去年我国农民人均收入突破5000元,大快人心!中国13亿人口,8亿在农村,毫无疑问,这样的结构决定了“三农问题”在中国必然举足轻重。农民富则国家富,农民不小康,中国不可能小康。也正因如此,中央政府当初提出新农村建设时就强调要把“生产发展”作为首选目标,而且三令五申,建设新农村不单是建村庄,而重点是帮助农民脱贫致富。
我从小长在农村,目睹过贫穷,也挨过饿。自己有亲身感受,所以对政府出台的惠农政策,皆衷心拥护。事实上,今天政府的惠农政策,受益的不只是农民,城镇居民其实也是受益者。理由是,中国经济要稳定增长必扩大内需,而扩内需的重点是农民消费。否则内需不足而经济停滞,城镇职工也将大量失业。
改革开放30多年,中国经济龙精虎猛,GDP总量已跻身全球第三,不容易,了不起。然而问题在于,如此庞大的经济体,若再主要靠出口拉动怕不现实。横观天下,国家间贸易战狼烟四起,摩擦不断,这说明主要依赖外需已行不通。防患于未然,中国不如改扩内需,而且应把重点放在扩大农民消费方面。可当下困难是,企业产品再多也不会白送人,而农民收入低,囊中羞涩让他们拿什么消费?可见要扩大农民消费,归根到底得增加农民收入。
消费要受收入的约束,至少低收入不可能高消费。因此眼下的当务之急,是要研究怎样去增加农民收入。这些年国家出台的惠农政策不少,从补贴粮食流通到直补粮食生产;从农村税费改革到免征农业税,力度之大前所未见。下一步怎么办?除了中央强调的加大对农业投入、基本公共服务均等化以外,我也想提点建议。
一、以城带乡。解决农村、农民问题不能“头痛医头”。农民增收,应做足城镇化的文章。理由很简单,目前农民人均耕地两亩,若分散经营种啥也富不了。因此,农民要大幅增收只能规模经营。一个农民种两亩地不能富,若种20亩就可年收1万元。问题是,规模经营会使农村劳力剩余,若城镇化不发展,农业劳力转不出,规模经营无从举步,可见农民增收的关键,是推进城镇化,以城带乡。
二、明确耕地产权。有人说,把耕地产权给农户是私有化,此言谬也。经济学说,产权非所有权。所有权是法律上的归属权,而产权则指财产使用、收益与转让权。把耕地产权明确给农户,耕地的法律归属权(所有权)可不变,还是归集体。由此看,耕地确权与耕地私有化完全不搭界,是两回事;而那种担心土地私有化的论者,是漠视了产权与所有权的区别。

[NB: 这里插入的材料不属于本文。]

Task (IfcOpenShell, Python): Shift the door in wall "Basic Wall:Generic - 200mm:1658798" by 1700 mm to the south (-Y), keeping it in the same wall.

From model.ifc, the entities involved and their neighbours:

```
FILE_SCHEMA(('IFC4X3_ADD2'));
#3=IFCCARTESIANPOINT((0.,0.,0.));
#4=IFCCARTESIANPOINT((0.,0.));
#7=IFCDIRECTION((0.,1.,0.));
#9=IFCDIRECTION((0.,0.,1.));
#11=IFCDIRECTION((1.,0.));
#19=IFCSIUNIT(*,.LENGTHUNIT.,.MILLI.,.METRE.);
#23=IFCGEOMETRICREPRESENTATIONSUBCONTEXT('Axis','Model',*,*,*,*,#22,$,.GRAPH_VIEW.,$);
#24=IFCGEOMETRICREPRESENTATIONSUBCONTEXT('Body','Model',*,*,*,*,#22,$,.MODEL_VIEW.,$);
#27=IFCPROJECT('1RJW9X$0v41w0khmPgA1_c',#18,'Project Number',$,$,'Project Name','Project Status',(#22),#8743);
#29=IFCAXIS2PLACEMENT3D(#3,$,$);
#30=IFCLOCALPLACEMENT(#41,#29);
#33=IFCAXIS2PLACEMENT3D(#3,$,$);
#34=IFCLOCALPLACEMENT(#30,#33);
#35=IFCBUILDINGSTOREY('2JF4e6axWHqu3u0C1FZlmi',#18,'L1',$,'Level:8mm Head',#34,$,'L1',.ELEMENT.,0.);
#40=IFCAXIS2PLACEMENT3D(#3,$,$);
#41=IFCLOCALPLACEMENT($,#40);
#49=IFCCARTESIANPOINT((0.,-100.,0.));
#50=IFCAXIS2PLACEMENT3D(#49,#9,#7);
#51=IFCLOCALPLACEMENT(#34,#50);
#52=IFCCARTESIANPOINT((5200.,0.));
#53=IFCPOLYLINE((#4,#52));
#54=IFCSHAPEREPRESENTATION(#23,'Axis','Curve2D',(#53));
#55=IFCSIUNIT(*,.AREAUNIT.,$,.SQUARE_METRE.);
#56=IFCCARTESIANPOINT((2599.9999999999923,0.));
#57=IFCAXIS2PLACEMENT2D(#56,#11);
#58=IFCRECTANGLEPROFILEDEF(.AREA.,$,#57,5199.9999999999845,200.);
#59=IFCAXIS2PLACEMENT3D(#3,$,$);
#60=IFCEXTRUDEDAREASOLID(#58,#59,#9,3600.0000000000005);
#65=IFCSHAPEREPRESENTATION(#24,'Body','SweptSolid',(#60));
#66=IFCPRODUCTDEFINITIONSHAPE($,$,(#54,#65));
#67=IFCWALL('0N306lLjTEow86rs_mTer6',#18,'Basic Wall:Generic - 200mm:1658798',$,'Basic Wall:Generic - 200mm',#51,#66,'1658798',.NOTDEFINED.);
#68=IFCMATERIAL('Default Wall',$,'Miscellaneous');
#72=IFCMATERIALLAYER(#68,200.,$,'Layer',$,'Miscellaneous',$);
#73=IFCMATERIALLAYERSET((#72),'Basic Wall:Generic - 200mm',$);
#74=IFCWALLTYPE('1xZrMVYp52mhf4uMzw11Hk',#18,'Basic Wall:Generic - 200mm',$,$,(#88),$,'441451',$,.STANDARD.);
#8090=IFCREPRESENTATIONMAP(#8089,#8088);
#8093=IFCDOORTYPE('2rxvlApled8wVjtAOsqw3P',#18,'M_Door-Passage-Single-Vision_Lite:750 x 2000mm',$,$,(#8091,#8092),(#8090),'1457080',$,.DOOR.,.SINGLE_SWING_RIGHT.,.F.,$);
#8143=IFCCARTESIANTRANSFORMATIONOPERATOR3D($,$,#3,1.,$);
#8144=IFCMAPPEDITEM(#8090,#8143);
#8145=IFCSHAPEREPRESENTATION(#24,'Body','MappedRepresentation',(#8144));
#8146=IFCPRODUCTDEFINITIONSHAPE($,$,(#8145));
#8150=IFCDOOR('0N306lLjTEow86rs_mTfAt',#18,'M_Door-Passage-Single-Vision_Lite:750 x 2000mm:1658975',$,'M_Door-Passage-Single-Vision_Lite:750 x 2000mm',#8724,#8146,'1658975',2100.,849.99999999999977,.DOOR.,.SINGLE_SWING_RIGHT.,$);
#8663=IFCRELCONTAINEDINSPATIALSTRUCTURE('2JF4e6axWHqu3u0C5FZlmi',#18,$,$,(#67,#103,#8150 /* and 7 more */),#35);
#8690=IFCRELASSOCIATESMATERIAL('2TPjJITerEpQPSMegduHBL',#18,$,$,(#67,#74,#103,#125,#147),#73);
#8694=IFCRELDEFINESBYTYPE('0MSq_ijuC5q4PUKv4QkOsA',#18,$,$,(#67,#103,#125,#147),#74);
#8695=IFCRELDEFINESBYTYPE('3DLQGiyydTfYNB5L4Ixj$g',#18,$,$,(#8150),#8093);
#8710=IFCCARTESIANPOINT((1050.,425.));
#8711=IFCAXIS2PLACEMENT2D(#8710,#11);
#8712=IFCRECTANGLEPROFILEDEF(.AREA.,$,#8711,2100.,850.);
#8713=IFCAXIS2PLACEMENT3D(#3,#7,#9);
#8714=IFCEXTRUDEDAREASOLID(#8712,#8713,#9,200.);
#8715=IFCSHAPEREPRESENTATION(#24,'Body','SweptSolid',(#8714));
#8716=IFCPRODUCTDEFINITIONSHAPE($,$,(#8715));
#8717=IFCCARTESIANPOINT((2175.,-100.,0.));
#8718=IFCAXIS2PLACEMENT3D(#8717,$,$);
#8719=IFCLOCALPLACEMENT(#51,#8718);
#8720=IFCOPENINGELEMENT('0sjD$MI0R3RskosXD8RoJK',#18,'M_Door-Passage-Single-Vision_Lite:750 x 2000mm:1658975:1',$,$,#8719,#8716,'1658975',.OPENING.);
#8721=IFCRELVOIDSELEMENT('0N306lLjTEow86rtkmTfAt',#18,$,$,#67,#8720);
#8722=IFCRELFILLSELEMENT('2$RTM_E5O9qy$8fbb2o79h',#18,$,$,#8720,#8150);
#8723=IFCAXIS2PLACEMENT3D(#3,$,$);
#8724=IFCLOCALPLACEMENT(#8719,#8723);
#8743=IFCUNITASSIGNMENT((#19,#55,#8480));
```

```python
import ifcopenshell
import ifcopenshell.api.geometry
import ifcopenshell.util.placement
import ifcopenshell.util.unit

model = ifcopenshell.open("model.ifc")
unit_scale = ifcopenshell.util.unit.calculate_unit_scale(model)

door = model.by_guid("0N306lLjTEow86rs_mTfAt")
opening = door.FillsVoids[0].RelatingOpeningElement
wall = opening.VoidsElements[0].RelatingBuildingElement

wall_matrix = ifcopenshell.util.placement.get_local_placement(wall.ObjectPlacement)
shift = wall_matrix[:3, 0] * -1.7 / unit_scale
before = ifcopenshell.util.placement.get_local_placement(door.ObjectPlacement)[:3, 3].copy()

# The door is placed relative to its opening, so it follows when the opening moves.
matrix = ifcopenshell.util.placement.get_local_placement(opening.ObjectPlacement)
matrix[:3, 3] += shift
ifcopenshell.api.geometry.edit_object_placement(
    model, product=opening, matrix=matrix, is_si=False, should_transform_children=True
)

after = ifcopenshell.util.placement.get_local_placement(door.ObjectPlacement)[:3, 3]
print("door moved by", (after - before).round(3) + 0.0)

model.write("model_updated.ifc")
```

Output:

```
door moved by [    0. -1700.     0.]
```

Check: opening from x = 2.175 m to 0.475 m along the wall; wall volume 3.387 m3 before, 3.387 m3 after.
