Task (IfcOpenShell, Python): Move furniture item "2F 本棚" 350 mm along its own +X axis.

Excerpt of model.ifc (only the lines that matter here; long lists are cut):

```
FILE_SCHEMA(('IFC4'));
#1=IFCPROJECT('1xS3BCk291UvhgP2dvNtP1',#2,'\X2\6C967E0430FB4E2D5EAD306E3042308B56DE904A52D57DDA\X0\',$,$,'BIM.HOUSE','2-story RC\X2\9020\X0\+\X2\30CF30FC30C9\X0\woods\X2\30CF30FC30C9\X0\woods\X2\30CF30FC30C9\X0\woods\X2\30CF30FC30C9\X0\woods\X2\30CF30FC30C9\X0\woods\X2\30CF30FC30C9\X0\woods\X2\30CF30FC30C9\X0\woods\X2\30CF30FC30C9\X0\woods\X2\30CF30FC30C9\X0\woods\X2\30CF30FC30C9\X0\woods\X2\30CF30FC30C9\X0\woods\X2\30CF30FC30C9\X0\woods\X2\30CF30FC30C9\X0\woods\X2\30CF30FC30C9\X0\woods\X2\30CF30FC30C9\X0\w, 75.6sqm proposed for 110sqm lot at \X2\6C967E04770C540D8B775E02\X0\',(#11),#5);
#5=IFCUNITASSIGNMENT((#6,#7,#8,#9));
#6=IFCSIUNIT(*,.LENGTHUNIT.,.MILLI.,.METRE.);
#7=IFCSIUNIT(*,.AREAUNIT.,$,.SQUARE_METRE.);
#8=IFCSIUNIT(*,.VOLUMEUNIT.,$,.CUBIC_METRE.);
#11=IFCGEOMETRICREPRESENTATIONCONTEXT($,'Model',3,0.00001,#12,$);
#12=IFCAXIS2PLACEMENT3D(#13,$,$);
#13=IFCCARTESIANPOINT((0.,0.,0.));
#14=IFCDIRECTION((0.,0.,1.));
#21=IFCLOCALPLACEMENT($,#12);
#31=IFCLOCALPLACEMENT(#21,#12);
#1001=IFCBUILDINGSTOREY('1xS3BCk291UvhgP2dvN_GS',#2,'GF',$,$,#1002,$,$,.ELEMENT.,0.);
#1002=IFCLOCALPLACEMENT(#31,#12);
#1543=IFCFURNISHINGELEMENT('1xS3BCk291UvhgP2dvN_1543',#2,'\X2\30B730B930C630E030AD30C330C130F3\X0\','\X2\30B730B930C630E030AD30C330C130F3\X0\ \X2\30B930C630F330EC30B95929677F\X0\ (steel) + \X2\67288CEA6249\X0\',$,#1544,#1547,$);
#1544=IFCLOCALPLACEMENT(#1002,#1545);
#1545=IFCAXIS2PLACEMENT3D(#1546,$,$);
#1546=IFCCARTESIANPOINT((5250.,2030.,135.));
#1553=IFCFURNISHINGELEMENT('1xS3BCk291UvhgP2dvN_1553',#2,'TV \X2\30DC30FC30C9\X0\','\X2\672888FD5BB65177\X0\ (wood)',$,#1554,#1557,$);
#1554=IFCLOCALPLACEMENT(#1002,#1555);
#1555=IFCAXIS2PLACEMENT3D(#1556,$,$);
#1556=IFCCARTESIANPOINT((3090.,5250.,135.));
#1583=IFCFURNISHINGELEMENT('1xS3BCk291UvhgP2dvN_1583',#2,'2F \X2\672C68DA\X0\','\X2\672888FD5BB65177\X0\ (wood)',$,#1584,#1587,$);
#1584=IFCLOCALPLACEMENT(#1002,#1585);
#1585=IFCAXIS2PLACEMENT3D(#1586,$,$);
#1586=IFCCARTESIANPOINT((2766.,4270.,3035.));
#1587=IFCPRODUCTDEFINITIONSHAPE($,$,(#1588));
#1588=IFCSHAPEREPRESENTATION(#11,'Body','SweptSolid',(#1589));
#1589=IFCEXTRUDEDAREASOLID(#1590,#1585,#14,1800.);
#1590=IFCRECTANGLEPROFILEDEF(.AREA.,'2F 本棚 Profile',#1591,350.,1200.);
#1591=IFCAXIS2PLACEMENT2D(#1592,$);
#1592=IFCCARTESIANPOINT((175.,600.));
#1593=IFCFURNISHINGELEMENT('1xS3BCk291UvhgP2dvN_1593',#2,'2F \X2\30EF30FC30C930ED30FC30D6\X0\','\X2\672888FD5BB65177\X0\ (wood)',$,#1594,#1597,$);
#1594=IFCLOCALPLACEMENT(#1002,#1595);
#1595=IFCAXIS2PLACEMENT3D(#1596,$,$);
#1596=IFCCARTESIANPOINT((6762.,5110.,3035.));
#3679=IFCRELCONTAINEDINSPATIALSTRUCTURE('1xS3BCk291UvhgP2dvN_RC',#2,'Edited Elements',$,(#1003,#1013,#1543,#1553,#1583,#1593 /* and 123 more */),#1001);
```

```python
import ifcopenshell
import ifcopenshell.api.geometry
import ifcopenshell.util.placement
import ifcopenshell.util.unit

model = ifcopenshell.open("model.ifc")
unit_scale = ifcopenshell.util.unit.calculate_unit_scale(model)

item = model.by_guid("1xS3BCk291UvhgP2dvN_1583")
matrix = ifcopenshell.util.placement.get_local_placement(item.ObjectPlacement)
matrix[:3, 3] += matrix[:3, 0] * 0.35 / unit_scale
ifcopenshell.api.geometry.edit_object_placement(model, product=item, matrix=matrix, is_si=False)

print(ifcopenshell.util.placement.get_local_placement(item.ObjectPlacement).round(3) + 0.0)

model.write("model-out.ifc")
```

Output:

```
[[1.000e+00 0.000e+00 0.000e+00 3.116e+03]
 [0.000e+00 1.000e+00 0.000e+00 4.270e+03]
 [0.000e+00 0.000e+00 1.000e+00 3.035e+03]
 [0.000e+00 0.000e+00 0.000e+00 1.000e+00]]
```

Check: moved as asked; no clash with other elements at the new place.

将耕地产权界定给农户,好处有三:首先,农民有了耕地产权,耕地不仅可自由转租,也可入股取得财产性收入;其次,农民将耕地产权抵押给银行,可从银行贷款;第三,把耕地产权界定给农户,农民权益就有了保障。至少,政府日后再征用农民的土地,价格就不能单由政府定,而需与农民协商,否则农民就可依法与政府对簿公堂。
三、改革补贴方式。以粮补为例,国家给农民粮补,表面上,这似乎是对农民的援助,但我不这样看。物以稀为贵。假如农民少种一些粮食,粮价必涨;而今天粮价不涨反跌,为什么?经济学的解释,一定是粮食种多了。是的,由于政府为保证“粮食安全”管制了耕地用途,农民没办法,粮食再多也得种。问题在于,保“粮食安全”是政府的事,政府的事却让农民来承担,政府当然要付费。从这个角度,所以我说粮补的实质是政府向农民购买“粮食安全”。
至于补贴方式,我的观点是,粮食短缺时,政府不必补生产,而应放开粮价,转补城镇低收入者买米;相反,若粮食过剩,政府也不必补流通,而应补贴农民休耕。粮食供应不足,放开粮价对粮农绝对是好事,政府不必管。按粮食亩产500公斤算,若粮价每公斤上涨1元,农民每亩增收500元;而政府给农民的种粮补贴加在一起也不足100元。再算一笔账,现在国家每年给农民的粮补近800亿元,用这笔钱去补贴城镇低收入者买米,若每人补800元,可补1亿人,城里哪有1亿人买不起米呢?
粮食过剩时应补贴休耕,一是避免农民卖粮难;二是“保护价”收购成本太高。粮食是保鲜商品,过上三五年就变质,这样过多地储备粮食就不如适度储备耕地。万一哪天粮食少了,政府让农民复耕就是了。粮食生产周期不长,就三个月,只要政策对头,粮价足够高,何愁农民不种粮呢?